While critics have been busy writing eulogies for Meta’s metaverse dream over the last few years, Mark Zuckerberg’s latest demonstration of its photorealistic avatars shows it could be pretty far from dead after all.

Appearing on a Sept. 28 episode of the Lex Fridman podcast, Zuckerberg and the popular computer scientist engaged in a one-hour face-to-face conversation. Only, it wasn’t actually in person at all.

Instead, the entirety of Fridman and Zuckerberg’s conversation used photorealistic realistic avatars in the metaverse, facilitated through Meta’s Quest 3 headsets and noise-canceling headphones.

Observers often have fun ridiculing Meta for dumping billions of dollars into metaverse research only to seemingly produce cartoonish avatars and wonky-looking legs.

However, in this case, users on social media, including those from Crypto Twitter, seemed to be genuinely impressed by the sophistication of the technology.

“Ok the metaverse is officially real,” wrote pseudonymous account Gaut, a rare moment of seemingly genuine praise from a user typically known for his satirical and sarcastic takes on current events.
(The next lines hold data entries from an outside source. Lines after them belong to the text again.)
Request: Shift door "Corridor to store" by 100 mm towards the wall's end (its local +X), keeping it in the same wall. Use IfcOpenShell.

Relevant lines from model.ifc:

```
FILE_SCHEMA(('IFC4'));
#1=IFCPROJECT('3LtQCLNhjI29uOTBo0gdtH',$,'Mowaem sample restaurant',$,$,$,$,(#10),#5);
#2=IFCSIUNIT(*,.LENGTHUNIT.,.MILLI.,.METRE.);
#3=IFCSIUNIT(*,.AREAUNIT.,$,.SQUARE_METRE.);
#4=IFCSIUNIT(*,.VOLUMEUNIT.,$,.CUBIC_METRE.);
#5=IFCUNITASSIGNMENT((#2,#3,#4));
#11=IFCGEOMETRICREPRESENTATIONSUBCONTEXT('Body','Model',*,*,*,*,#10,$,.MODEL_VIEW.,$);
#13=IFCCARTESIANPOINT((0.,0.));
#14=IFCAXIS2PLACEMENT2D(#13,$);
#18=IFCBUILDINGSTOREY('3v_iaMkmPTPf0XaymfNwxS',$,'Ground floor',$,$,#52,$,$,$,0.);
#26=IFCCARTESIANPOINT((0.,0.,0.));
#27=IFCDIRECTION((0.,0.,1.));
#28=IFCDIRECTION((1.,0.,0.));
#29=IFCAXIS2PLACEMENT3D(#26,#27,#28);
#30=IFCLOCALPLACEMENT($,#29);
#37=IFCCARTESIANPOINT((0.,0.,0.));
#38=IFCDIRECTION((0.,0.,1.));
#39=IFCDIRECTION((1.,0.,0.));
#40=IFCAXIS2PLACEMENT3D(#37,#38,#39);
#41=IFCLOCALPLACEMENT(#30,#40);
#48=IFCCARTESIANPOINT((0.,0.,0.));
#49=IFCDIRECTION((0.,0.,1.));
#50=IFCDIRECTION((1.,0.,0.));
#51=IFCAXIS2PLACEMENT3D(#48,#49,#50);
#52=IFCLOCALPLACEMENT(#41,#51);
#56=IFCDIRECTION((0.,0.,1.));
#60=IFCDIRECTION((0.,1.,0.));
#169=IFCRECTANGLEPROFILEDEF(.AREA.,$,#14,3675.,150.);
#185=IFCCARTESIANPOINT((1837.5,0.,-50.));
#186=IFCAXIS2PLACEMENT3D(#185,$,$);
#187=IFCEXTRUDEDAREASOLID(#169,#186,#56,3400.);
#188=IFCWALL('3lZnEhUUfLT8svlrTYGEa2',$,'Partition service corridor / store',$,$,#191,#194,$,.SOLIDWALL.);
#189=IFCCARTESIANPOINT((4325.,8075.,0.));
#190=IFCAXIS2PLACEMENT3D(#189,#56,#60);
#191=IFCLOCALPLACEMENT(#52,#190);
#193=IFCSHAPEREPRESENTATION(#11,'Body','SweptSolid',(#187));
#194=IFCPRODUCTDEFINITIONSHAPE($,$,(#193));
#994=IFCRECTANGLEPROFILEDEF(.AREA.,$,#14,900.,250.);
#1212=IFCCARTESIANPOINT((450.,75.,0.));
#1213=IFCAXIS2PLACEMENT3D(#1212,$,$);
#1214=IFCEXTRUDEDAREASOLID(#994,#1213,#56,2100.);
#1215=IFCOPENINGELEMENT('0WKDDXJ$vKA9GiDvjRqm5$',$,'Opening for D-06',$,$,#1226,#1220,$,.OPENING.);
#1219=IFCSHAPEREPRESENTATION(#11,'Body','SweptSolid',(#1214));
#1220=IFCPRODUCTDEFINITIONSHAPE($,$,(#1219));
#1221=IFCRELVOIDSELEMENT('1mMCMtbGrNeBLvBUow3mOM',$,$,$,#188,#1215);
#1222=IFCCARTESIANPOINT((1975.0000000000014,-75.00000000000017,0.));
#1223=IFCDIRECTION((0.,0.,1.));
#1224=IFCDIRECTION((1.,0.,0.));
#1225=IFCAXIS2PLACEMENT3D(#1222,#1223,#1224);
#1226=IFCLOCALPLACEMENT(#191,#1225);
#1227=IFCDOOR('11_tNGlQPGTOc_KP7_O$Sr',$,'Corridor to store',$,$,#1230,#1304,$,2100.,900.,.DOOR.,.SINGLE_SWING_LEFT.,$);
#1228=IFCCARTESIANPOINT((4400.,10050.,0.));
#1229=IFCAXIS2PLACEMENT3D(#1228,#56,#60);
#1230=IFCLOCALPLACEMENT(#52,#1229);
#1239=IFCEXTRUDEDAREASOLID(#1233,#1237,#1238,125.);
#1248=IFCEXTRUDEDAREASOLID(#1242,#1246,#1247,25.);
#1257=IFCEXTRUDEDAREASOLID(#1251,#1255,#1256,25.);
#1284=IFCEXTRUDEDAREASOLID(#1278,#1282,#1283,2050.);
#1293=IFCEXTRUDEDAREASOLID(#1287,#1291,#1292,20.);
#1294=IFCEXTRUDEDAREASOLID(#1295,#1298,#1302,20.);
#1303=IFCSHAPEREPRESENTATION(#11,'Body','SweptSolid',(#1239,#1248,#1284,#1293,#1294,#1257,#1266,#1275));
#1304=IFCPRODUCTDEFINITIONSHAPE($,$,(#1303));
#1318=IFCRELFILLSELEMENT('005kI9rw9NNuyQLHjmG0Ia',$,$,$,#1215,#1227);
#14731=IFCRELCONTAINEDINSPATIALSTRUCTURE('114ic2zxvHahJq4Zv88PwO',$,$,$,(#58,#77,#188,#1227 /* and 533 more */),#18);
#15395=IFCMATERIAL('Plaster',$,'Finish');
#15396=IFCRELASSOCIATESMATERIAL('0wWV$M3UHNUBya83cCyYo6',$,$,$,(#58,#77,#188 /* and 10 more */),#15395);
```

```python
import ifcopenshell
import ifcopenshell.api.geometry
import ifcopenshell.util.placement
import ifcopenshell.util.unit

model = ifcopenshell.open("model.ifc")
unit_scale = ifcopenshell.util.unit.calculate_unit_scale(model)

door = model.by_guid("11_tNGlQPGTOc_KP7_O$Sr")
opening = door.FillsVoids[0].RelatingOpeningElement
wall = opening.VoidsElements[0].RelatingBuildingElement

wall_matrix = ifcopenshell.util.placement.get_local_placement(wall.ObjectPlacement)
shift = wall_matrix[:3, 0] * 0.1 / unit_scale
before = ifcopenshell.util.placement.get_local_placement(door.ObjectPlacement)[:3, 3].copy()

# The door is not placed relative to its opening, so move both.
for product in (opening, door):
    matrix = ifcopenshell.util.placement.get_local_placement(product.ObjectPlacement)
    matrix[:3, 3] += shift
    ifcopenshell.api.geometry.edit_object_placement(model, product=product, matrix=matrix, is_si=False)

after = ifcopenshell.util.placement.get_local_placement(door.ObjectPlacement)[:3, 3]
print("door moved by", (after - before).round(3) + 0.0)

model.write("model_v2.ifc")
```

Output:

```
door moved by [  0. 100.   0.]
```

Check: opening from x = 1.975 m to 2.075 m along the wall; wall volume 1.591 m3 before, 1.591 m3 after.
“9 minutes into Lex / Mark metaverse podcast I forgot I was watching avatars,” wrote coder Jelle Prins.

Fridman and Zuckerberg speaking as virtual avatars in the metaverse. Source: Lex Fridman Podcast.

Fridman alsoshared his impressions of the experience in real-time, noting how “close” Zuckerberg felt to him during the interview. Moments later, he explained how difficult it was to recognize that Zuckerberg’s avatar wasn’t his physical body.

“I’m already forgetting that you’re not real.”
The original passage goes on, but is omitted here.